Highlights & Insights¶
- From Hard Optimization to Easy Lookup: The core insight is that AoS is Lipschitz continuous with respect to rotation. Replacing expensive \(\mathbb{SO}(3)\) BnB with precomputed response surfaces and isoline intersection preserves optimality while being practical.
- Postel Disk Dimensionality Reduction: By leveraging AoS invariance to \(t\) and \(R_Z\) combined with azimuthal equivalence, the 3D rotation search is compressed into a 2D disk, minimizing offline pre-computation.
- Dual Signature Branching: Adding the elliptical aspect ratio as a second "branching tool" is a pragmatic engineering choice, even without a strict continuity proof.
- Provable ε-Global Optimality: Theorem 2 provides a controllable guarantee that sampling density correlates with global optimality, distinguishing it from stochastic methods like STI-Pose.
Limitations & Future Work¶
- Heavy Occlusion/Noise: The method fails under heavy occlusion or noise, which are fundamentally ill-posed for silhouette-only methods.

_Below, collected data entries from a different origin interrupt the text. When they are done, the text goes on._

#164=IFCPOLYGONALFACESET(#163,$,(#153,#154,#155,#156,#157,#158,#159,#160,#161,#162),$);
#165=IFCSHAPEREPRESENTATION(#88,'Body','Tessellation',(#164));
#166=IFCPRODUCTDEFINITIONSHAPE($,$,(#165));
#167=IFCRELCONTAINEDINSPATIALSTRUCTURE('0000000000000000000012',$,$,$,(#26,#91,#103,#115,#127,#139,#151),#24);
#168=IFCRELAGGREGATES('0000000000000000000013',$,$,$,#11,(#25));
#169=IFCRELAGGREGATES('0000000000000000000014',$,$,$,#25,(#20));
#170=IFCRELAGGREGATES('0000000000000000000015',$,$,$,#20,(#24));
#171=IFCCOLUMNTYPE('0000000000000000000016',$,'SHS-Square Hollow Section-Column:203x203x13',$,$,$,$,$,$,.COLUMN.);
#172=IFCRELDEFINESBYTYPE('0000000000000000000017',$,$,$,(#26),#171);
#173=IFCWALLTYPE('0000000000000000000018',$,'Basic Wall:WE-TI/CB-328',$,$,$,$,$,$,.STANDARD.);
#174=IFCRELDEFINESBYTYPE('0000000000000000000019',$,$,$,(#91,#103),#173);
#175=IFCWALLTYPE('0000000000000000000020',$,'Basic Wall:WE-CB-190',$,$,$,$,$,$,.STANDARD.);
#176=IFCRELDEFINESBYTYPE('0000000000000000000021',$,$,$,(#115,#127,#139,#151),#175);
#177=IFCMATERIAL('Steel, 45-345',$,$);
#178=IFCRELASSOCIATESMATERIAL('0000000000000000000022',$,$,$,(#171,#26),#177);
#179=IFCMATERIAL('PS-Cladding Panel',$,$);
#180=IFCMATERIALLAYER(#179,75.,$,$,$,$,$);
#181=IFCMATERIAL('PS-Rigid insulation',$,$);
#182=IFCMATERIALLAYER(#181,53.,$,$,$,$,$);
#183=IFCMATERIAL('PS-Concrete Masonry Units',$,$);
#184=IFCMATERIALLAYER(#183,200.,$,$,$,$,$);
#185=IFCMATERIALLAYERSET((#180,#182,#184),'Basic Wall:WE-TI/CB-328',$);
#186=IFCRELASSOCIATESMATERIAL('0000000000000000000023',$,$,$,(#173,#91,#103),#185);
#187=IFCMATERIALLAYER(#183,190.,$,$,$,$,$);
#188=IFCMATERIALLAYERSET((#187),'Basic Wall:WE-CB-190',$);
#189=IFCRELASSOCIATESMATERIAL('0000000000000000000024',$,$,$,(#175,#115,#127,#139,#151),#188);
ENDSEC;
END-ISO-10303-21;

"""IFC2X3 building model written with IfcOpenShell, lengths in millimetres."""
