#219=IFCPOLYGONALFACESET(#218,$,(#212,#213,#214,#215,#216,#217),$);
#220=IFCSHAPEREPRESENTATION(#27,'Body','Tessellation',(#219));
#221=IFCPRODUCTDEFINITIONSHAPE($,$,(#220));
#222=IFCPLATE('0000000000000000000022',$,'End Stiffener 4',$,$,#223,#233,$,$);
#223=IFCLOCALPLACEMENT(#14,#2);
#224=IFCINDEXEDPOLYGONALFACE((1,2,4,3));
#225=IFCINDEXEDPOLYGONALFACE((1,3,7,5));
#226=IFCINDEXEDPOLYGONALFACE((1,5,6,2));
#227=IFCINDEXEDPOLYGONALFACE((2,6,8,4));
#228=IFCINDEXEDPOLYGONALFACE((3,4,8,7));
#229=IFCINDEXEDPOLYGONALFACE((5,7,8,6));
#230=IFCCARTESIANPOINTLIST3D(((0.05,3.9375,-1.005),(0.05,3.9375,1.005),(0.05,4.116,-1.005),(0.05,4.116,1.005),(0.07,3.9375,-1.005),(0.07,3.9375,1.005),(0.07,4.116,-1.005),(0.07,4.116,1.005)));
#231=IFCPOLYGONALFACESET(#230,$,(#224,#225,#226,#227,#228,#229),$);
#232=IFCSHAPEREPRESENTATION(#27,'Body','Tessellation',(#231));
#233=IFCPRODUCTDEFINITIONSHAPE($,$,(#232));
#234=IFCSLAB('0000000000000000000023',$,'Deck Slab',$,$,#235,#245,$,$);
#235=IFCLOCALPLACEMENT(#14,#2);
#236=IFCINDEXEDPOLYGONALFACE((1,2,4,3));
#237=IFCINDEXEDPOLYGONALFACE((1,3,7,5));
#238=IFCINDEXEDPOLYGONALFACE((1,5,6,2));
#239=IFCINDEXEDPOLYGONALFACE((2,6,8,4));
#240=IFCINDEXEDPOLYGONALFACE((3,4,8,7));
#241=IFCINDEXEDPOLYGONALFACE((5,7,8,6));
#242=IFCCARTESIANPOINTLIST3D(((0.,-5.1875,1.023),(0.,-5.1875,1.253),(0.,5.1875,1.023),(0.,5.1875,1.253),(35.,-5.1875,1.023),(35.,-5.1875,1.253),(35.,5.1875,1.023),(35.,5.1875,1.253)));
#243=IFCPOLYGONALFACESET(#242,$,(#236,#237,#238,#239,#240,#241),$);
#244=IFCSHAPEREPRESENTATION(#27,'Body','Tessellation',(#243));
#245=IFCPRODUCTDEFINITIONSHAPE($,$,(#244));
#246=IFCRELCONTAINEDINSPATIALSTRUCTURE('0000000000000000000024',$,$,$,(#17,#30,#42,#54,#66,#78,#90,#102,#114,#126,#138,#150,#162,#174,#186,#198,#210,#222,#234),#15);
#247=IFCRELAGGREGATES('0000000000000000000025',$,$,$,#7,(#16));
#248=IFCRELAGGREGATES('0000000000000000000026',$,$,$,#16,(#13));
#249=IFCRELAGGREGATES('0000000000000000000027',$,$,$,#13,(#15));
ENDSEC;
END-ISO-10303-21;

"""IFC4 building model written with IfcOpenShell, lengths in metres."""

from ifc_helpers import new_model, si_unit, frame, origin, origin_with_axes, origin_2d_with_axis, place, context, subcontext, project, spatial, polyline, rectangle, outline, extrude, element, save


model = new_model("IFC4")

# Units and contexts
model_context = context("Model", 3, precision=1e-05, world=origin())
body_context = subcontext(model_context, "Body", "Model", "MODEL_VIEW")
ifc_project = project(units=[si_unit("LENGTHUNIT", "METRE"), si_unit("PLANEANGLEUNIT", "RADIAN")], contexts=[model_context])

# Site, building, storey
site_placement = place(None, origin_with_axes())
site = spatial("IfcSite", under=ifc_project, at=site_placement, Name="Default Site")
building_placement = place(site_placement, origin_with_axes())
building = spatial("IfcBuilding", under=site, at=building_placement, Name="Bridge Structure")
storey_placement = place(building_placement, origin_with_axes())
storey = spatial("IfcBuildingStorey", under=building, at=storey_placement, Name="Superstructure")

- Symmetric Object Ambiguity: It identifies only one of many global solutions for symmetric shapes and suffers from candidate explosion for spheres.

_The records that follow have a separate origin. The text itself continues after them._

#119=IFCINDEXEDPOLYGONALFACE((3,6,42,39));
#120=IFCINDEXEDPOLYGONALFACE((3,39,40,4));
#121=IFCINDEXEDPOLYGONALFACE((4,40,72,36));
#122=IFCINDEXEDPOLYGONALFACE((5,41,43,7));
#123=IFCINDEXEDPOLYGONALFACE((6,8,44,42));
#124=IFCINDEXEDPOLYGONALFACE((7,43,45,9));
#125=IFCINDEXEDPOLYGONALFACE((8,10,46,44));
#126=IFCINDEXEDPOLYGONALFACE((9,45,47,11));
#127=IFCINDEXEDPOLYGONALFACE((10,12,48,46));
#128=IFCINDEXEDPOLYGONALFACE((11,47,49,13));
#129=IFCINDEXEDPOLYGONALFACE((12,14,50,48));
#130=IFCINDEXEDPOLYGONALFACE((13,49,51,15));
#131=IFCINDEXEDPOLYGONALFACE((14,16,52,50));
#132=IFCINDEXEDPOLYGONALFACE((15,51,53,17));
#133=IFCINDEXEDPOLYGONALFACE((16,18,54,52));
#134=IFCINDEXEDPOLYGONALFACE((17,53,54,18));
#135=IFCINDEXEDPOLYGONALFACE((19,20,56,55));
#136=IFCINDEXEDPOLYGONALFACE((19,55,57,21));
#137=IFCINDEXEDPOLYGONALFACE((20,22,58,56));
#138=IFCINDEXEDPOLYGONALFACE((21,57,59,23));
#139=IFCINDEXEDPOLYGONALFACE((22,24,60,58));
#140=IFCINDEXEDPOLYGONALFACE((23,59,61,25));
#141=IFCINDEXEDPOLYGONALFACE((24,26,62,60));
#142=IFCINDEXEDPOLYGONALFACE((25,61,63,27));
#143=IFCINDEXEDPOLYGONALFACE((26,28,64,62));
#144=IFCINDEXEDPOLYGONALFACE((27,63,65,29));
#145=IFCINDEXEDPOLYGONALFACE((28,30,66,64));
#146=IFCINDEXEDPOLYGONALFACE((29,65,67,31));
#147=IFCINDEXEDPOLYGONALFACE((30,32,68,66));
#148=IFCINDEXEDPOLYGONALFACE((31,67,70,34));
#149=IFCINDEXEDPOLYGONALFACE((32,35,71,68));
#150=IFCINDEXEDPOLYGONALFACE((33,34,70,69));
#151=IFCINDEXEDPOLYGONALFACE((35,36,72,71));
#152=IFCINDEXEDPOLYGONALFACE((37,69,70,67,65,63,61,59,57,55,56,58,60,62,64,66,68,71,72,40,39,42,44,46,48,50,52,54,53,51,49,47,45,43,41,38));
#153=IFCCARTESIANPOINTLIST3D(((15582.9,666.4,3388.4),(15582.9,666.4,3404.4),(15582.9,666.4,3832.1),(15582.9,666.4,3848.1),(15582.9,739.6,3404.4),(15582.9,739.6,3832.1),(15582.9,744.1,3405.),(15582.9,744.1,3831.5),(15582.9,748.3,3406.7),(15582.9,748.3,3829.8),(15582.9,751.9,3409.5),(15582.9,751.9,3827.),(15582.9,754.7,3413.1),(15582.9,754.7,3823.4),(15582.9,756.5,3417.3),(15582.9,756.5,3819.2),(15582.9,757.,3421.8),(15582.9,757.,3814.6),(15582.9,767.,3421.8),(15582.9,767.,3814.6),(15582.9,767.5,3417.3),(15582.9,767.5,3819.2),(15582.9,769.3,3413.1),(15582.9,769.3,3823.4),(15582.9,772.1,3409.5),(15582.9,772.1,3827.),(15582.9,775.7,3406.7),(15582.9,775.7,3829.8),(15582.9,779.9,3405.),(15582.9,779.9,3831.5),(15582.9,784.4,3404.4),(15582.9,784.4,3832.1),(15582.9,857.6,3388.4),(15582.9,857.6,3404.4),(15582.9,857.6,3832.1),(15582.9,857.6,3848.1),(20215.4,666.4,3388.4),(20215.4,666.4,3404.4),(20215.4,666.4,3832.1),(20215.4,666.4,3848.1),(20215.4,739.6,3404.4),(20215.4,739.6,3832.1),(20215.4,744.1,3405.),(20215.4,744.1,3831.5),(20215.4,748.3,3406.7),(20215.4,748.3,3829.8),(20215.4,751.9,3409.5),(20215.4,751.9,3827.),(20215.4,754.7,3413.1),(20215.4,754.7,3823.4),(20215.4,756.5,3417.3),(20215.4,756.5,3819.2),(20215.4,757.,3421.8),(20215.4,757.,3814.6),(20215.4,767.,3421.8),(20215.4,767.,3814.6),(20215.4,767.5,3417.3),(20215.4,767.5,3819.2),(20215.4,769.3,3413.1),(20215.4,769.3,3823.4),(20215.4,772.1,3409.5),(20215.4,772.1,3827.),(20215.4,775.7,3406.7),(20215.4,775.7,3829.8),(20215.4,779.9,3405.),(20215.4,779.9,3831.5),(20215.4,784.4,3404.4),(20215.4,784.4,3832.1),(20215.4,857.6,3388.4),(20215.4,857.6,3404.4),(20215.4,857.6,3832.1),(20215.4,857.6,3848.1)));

- Depth Prior for Perspective: Global optimality does not strictly hold under perspective; the method relies on an external coarse depth.
- Execution Time: The MATLAB implementation runs on a 24-core i9 with runtimes typical of BnB methods. Parallelization is noted for future work.
Related Work & Insights¶
- vs STI-Pose (PSO-based): STI-Pose relies on approximate depth bounds and is stochastic; this work provides ε-global optimality with ~86%–90% better mean OE.

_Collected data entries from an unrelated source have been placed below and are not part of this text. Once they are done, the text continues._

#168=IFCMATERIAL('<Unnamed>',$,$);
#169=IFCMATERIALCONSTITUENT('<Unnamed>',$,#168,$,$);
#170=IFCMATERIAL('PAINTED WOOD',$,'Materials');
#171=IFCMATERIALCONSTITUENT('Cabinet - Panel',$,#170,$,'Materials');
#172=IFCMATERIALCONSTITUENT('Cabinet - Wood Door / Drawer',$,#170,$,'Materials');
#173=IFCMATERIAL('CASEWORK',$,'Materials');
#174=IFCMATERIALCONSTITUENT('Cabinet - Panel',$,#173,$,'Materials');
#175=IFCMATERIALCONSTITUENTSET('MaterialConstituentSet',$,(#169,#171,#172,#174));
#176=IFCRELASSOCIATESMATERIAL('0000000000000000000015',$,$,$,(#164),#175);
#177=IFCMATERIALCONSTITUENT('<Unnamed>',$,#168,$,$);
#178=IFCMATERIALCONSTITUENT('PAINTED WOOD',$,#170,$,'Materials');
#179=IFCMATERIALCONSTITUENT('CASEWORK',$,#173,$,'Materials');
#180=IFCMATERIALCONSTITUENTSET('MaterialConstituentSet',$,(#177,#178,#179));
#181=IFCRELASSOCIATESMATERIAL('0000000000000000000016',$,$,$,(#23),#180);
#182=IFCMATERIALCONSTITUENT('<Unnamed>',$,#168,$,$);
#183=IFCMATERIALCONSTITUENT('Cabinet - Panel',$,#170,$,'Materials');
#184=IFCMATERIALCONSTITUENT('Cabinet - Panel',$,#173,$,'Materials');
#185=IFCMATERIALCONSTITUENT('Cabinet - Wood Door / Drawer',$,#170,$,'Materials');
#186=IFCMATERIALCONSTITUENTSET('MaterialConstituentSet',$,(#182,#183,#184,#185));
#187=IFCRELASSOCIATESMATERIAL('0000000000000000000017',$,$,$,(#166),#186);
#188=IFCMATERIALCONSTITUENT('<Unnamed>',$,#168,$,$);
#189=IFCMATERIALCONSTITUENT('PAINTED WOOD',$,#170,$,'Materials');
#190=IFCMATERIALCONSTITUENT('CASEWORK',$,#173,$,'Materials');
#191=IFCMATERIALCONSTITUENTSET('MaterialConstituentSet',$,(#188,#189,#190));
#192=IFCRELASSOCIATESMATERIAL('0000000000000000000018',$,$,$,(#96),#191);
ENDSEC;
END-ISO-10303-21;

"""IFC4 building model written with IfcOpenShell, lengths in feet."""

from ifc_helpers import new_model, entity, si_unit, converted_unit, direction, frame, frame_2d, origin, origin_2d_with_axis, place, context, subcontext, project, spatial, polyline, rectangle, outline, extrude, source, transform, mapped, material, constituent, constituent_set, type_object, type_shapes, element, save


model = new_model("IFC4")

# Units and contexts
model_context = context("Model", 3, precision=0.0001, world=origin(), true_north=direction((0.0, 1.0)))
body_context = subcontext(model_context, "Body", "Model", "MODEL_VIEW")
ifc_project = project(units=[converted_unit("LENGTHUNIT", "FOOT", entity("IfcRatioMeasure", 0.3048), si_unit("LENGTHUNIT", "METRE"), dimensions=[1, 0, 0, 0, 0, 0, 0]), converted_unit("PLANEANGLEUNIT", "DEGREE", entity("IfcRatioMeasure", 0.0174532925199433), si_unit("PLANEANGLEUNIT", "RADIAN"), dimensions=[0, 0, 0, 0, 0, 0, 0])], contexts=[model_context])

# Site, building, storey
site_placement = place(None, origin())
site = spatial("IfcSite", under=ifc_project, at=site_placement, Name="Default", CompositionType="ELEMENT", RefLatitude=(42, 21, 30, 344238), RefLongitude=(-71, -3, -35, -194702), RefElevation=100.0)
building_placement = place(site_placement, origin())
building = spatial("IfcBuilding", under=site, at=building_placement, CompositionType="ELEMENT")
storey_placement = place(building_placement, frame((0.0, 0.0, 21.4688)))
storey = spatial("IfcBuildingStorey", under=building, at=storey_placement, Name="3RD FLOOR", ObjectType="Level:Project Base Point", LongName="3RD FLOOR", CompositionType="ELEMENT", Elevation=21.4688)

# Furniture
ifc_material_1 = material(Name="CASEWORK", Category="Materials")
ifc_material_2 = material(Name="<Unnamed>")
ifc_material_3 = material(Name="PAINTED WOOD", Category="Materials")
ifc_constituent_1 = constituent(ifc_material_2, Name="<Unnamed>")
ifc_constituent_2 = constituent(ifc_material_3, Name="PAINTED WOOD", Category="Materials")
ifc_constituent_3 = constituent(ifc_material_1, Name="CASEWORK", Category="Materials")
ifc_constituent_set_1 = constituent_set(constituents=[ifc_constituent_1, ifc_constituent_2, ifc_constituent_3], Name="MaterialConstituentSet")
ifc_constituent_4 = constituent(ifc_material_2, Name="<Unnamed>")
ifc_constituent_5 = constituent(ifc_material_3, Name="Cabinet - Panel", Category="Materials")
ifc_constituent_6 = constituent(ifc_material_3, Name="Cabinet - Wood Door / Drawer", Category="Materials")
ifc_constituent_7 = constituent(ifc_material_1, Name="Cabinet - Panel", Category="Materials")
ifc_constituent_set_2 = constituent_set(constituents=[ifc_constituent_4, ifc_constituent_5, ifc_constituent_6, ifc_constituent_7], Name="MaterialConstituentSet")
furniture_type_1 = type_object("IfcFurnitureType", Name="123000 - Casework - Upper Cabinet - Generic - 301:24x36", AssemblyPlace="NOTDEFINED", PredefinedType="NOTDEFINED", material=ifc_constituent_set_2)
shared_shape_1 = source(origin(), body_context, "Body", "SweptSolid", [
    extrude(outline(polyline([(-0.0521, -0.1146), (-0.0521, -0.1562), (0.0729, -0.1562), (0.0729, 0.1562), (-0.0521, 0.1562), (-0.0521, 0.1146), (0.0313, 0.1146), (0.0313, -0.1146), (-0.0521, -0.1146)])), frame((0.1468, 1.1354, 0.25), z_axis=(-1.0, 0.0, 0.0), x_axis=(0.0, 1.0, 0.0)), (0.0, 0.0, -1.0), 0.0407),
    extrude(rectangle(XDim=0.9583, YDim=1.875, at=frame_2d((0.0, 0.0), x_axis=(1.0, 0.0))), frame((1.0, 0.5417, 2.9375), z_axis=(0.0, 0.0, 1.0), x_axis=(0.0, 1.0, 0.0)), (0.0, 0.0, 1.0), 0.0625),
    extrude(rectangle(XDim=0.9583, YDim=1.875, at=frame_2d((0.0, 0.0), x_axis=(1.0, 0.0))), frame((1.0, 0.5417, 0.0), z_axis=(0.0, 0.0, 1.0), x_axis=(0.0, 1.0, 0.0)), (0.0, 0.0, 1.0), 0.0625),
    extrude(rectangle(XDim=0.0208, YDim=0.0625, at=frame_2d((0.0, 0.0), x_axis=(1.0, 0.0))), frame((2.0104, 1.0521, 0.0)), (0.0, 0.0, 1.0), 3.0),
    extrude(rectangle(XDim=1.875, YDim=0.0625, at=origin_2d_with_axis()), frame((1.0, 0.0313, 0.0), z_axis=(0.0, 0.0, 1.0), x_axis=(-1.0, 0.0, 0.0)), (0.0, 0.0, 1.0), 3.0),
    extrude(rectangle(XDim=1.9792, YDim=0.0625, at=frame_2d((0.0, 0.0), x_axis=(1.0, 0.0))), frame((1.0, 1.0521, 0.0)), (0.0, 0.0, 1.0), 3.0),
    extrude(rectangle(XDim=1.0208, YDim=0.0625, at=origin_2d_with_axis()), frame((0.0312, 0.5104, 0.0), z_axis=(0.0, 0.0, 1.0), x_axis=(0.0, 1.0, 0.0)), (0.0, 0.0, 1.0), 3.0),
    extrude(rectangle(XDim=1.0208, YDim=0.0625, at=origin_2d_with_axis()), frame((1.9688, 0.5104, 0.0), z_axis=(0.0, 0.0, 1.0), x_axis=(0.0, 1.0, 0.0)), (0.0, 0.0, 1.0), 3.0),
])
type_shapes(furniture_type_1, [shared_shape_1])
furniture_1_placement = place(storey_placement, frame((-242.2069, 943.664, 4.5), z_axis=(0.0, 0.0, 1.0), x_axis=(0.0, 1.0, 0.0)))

- vs Deep Active Contours (DAC): DAC is local and requires initial pose and color; this work is global, initialization-free, and purely geometric.
- vs Specialized Solvers: Prior works targeting ellipsoids or cylinders are restricted; this method is universal for any convexity/genus.
- vs Classical BnB: This work introduces "orientation-continuous silhouette signatures" as a non-trivial branching factor within the BnB framework to avoid brute-force costs.
Rating¶
- Novelty: ⭐⭐⭐⭐⭐ First globally optimal PfS for arbitrary shapes; novel AoS continuity + response surface branching.
- Experimental Thoroughness: ⭐⭐⭐⭐ Extensive synthetic and real data testing; however, absolute timing and parallelization could be more thoroughly quantified.
- Writing Quality: ⭐⭐⭐⭐ Clear modeling and theorem logic, though many derivations are in the supplements.
- Value: ⭐⭐⭐⭐ Practical for robotics, medical imaging, and AR where only silhouettes are available.